狠狠睡了一大覺,等到太陽高照,陳意才慢慢的爬起來。


    前兩天忙的不可開交,單是1000多個點心的香味,就讓院子裏的大黃躁動了兩天,甚至走到門口,都能聞到幽幽紅豆香。


    幸好風小了,雨一直沒停,坡上的幾棵野李子樹也連夜開花,就算旁邊出門的街坊鄰居有人好奇,也隻會以為聞岔了,沒有多問。


    趙斌五天趕製了80多個木盒,其中五個是大盒子,比其他的大了兩倍,做完就連夜送到了陳意家。


    慢工出細活,快工也不錯。


    盒子做的細致,隨手摸一個盒邊,都磨得光亮沒一根木刺,蹭一蹭,一點也不劃手。


    兩天的功夫,陳媽,陳小弟都上了手,一個炸,一個裝盒,硬是把百種花型的千個點心收拾了幹淨,趁著夜色昏暗,抬上了貨車,綁了又綁,看確實不會鬆動,才目送貨車開出了村東頭,隱入黑幕。


    “意意啊,媽這心裏有點慌啊!這可是幾百塊錢呐。”


    “沒事媽,放寬心,他謹慎著呢,不會出事。過不了幾天錢就迴來了,先睡吧,別擔心。”


    “媽這有點控製不住,你們上過學,懂得多,家裏真要辦副業?”


    “嗯,養兩頭牛,喝牛奶身體好,東坡那塊山邊到時候也包下來,那塊地勢高,向陽,種什麽都好!”


    “誒,媽再想想,你先睡。”


    “別想了媽,等這批錢到了再看,以後家裏會越來越好,快睡吧,好困啊。
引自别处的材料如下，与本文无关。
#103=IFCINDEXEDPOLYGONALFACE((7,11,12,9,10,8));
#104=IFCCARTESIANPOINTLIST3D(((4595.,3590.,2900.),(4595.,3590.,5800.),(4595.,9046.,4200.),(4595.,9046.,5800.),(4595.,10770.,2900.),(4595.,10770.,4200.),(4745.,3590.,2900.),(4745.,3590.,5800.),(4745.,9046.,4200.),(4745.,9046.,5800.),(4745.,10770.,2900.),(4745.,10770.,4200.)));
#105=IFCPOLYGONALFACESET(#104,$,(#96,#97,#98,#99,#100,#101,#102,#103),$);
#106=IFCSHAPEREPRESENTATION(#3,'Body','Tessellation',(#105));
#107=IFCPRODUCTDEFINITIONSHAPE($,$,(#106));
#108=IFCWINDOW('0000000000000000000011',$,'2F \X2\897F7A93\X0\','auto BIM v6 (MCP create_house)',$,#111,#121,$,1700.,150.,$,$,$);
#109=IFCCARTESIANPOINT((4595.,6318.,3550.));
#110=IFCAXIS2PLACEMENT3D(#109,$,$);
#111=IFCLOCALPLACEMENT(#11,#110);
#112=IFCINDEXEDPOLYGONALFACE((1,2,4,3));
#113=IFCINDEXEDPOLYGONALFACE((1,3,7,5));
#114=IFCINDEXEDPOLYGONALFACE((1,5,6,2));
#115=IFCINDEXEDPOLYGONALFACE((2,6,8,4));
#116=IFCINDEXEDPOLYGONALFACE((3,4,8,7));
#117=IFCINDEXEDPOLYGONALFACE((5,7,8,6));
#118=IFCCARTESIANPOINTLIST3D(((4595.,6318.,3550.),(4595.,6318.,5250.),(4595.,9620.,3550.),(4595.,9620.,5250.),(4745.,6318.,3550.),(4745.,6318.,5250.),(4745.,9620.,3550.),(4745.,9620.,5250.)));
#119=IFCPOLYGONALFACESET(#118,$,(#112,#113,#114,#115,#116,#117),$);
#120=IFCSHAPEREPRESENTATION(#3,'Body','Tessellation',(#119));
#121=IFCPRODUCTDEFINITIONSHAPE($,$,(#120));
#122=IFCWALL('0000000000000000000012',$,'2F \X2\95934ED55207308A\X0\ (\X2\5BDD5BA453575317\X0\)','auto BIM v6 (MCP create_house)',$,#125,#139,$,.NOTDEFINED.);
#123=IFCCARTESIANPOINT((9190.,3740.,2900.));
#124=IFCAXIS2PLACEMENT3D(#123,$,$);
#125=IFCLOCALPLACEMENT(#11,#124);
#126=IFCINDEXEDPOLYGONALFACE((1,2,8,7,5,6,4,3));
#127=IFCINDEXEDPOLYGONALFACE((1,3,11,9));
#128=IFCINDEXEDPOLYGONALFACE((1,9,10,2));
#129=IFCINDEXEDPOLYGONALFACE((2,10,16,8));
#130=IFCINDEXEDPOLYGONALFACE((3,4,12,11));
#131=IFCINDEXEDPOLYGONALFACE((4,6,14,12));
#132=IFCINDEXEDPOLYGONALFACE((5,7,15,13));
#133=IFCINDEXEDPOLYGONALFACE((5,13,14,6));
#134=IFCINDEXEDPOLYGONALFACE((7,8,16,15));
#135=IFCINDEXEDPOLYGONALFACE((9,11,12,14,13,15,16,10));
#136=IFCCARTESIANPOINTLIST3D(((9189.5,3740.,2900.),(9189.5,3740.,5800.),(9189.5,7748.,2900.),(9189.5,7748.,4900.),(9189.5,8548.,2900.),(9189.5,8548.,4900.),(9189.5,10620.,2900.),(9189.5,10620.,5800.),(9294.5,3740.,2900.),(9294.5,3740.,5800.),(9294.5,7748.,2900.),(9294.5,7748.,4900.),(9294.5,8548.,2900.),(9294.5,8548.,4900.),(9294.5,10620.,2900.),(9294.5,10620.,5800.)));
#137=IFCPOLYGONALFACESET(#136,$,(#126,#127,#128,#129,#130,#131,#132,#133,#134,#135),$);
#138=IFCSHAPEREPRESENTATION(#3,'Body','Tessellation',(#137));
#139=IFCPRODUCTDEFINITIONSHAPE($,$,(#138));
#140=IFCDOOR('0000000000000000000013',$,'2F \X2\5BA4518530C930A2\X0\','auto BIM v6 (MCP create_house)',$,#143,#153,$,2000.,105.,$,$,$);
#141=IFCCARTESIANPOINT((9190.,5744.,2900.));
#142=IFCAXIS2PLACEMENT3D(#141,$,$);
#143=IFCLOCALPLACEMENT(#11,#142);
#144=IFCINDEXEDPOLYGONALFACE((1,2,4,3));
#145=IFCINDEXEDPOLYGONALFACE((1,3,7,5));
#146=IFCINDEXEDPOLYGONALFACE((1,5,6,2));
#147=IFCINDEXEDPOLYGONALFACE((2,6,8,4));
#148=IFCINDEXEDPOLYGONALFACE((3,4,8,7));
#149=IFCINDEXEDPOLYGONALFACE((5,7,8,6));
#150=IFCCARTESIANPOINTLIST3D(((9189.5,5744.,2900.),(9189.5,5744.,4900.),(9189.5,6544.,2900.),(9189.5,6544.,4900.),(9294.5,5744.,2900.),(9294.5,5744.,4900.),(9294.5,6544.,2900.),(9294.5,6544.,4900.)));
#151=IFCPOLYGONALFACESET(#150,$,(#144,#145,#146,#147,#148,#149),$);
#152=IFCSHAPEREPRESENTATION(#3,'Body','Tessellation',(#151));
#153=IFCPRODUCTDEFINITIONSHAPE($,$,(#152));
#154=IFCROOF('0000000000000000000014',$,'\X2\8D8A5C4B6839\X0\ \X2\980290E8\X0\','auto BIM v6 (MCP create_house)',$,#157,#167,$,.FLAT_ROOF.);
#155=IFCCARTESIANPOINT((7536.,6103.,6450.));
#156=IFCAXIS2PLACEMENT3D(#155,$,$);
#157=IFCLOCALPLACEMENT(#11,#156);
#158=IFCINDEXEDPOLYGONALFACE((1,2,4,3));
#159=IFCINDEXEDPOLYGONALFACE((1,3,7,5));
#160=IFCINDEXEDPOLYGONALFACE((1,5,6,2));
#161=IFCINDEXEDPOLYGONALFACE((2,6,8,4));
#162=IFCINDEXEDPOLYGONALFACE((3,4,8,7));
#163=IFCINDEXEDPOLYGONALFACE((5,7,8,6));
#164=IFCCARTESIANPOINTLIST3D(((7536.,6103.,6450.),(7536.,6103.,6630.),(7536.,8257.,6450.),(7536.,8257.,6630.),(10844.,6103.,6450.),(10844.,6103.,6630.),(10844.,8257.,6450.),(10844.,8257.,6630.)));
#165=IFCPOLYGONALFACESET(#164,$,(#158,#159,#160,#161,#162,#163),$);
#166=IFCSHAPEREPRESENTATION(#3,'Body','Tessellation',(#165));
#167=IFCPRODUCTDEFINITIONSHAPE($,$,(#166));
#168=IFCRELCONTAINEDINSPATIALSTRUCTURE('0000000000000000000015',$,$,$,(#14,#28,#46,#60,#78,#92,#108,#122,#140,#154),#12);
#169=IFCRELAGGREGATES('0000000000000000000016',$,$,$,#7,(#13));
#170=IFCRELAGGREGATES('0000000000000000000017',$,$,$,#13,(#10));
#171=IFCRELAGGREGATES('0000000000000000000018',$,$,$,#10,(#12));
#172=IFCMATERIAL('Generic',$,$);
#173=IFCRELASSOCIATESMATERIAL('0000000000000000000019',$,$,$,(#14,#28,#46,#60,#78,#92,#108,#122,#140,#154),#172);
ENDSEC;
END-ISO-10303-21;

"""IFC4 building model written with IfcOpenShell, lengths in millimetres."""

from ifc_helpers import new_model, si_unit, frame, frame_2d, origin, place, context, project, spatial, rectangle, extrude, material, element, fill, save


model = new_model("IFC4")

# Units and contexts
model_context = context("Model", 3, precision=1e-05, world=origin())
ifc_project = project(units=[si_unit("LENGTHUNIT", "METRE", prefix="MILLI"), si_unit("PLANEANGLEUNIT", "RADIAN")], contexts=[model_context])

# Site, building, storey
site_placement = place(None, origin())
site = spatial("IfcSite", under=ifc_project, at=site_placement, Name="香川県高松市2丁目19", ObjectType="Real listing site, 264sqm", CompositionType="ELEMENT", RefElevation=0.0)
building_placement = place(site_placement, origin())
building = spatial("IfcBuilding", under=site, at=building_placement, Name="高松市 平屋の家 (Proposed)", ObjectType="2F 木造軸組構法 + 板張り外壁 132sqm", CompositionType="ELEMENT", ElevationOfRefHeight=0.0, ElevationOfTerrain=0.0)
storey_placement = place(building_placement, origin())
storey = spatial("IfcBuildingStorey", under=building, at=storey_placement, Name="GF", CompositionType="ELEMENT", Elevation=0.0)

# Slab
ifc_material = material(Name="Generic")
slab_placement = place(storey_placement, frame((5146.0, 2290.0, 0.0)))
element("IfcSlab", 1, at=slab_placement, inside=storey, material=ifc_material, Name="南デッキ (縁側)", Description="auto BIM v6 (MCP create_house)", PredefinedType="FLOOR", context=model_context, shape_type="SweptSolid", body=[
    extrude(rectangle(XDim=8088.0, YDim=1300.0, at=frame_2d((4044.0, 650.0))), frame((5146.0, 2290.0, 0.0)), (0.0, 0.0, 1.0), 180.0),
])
”


    (~o~)……( - . - )


    外麵淅淅瀝瀝的小雨打在屋簷上,聽著讓人疲懶。忙了兩天的身體更是難熬,兩人話音剛落,頓時鼾聲如雷,一夜好夢。


    第二天。


    大黃在院子嚎了幾聲,頓時幾家狗叫聲不停。


    稀稀拉拉五天的陰雨過後,終於在第六日放了晴。


    陳意伸了個懶腰,屋裏窗戶打開,透透氣。


    又端了一盆水,拿著毛巾擦了把臉,長舒了一口氣,終於晴了。叫了叫旁邊扭動的陳小弟吃了早飯,筐子一背,兩人往西頭的大隊一路小跑,要幫陳媽幹活啦!


    路上有些濕,走起路來還粘腳,等找到了趙翠蘭,兩人的褲腿已經成了泥布條,既然解救無望,也破罐破摔,直接淌水下了地。
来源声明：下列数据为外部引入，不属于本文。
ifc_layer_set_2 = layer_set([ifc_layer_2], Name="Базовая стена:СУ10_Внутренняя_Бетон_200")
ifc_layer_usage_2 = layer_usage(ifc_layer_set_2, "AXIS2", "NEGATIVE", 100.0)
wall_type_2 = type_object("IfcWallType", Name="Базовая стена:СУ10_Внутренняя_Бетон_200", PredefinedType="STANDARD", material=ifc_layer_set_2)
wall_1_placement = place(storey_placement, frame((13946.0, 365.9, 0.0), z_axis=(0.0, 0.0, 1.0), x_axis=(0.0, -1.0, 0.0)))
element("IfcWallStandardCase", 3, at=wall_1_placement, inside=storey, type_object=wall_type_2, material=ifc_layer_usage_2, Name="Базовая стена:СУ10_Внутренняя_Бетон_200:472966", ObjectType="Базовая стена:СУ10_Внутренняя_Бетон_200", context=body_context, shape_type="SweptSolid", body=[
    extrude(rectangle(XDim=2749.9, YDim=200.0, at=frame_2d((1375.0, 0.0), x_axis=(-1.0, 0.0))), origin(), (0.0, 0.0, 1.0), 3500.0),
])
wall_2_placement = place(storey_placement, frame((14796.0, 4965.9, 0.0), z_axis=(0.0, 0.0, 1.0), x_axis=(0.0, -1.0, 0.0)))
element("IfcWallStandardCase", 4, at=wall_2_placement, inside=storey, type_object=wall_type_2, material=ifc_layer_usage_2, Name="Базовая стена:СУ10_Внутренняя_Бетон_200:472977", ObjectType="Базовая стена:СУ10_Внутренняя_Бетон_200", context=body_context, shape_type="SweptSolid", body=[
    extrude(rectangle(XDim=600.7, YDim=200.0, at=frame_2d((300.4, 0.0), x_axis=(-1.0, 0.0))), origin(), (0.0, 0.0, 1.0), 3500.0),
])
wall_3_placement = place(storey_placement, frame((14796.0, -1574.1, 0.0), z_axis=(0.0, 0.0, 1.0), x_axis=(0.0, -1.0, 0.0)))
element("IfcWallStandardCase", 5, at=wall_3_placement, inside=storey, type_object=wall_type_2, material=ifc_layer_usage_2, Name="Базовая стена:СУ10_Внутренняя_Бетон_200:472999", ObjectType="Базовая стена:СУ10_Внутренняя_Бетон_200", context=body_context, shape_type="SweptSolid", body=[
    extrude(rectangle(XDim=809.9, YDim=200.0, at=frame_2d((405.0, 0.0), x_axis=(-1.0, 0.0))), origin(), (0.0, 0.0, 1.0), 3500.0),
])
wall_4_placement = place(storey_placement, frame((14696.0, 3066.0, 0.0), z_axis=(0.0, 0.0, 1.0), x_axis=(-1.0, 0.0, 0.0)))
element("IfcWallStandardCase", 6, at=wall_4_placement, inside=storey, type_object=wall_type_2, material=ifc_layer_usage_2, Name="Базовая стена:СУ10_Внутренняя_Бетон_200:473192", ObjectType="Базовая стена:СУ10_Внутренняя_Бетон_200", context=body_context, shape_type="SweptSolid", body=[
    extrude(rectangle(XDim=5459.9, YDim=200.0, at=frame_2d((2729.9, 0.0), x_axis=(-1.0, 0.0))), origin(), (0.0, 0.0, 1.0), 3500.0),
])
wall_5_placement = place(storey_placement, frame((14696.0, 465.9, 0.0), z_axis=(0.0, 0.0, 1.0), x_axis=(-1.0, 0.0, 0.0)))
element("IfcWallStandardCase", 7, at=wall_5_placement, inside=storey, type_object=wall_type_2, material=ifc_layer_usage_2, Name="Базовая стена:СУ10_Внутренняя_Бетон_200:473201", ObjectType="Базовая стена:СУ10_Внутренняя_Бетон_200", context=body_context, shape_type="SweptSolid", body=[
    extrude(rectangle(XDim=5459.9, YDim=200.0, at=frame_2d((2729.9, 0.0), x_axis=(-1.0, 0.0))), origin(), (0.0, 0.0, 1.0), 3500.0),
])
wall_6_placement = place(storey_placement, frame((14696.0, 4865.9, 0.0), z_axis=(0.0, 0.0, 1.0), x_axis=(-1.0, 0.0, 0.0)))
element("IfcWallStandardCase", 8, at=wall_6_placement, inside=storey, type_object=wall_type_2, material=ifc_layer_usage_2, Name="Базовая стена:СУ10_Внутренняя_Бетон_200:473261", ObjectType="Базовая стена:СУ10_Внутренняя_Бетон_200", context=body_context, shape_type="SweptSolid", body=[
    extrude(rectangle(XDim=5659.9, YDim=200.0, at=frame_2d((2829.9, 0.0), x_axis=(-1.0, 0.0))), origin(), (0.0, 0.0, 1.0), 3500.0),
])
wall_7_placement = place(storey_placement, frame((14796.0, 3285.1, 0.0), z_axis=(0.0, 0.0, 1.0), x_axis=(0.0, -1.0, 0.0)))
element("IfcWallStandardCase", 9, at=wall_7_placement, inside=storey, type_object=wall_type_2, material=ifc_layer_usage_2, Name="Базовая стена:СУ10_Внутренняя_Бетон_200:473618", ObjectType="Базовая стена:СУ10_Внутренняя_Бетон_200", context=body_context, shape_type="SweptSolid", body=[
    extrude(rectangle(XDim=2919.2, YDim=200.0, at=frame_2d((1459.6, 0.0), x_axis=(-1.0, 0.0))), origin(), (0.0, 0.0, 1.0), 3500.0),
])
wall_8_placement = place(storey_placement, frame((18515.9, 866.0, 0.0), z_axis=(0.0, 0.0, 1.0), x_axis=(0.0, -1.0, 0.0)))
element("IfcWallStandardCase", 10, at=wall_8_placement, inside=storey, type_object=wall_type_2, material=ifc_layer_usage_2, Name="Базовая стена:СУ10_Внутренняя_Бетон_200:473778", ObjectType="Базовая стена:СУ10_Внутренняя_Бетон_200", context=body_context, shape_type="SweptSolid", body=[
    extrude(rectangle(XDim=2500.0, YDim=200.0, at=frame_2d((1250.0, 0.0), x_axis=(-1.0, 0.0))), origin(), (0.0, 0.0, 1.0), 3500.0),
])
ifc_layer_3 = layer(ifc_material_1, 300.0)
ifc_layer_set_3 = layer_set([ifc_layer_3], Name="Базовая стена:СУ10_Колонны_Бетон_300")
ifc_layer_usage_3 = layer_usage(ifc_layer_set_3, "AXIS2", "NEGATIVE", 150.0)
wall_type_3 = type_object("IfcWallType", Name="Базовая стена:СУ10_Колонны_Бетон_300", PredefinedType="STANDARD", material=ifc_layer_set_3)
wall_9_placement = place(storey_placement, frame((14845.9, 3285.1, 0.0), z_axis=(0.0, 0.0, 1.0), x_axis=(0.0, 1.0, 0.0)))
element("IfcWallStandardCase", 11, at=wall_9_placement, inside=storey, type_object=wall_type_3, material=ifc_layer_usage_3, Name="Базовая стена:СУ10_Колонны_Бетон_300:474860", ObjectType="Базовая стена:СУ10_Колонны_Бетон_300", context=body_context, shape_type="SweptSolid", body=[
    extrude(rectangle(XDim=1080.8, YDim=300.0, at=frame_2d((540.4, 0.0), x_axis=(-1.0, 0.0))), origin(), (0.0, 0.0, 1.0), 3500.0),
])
    “姐,你看前麵的那個大姐,哈哈,站不穩還打滑呢。”


    她抬頭一看,笑的人不少。幾天不出門,一個個都憋壞了,看見個稀奇的,能樂嗬好一陣。但大夥隻是笑笑,權當看個笑話,沒什麽惡意,笑完以後指點指點,還是低頭幹自己的活。


    晃悠的是一個不大的姑娘,樣子有些清秀,細長的眉眼,鼻梁精巧,久曬得皮膚依舊泛著白,穿了一身洗的褪色的藍灰農布衣,腰上圍了一個灰色綁帶,側麵一看細的嚇人,每次仰身都有些搖搖欲墜。


    陳意有些擔心,這看起來怕是低血糖,要是放任不管,這姑娘說不定下一秒就能倒地上。


    “媽,我去幫個忙,那個姐姐看起來不舒服。”


    趙翠蘭心軟,看了看遠處的晃動的人影,歎了口氣,“這個知青我知道,來了幾年,活做不利索,過得也不好,才多久都瘦的都不成樣子,看著也可憐,能搭把手就搭把手吧。”


    陳媽話音剛落,就看到有幾人往那邊走去,陳意也以為是好心人幫忙,就不著急過去,


    “有人幫忙了,那我把最後幾株扶正再去。”


    她正好站田中間,手裏還有幾株苗,扔也不是,種下不過一兩秒,打算先栽下再去看,不耽擱。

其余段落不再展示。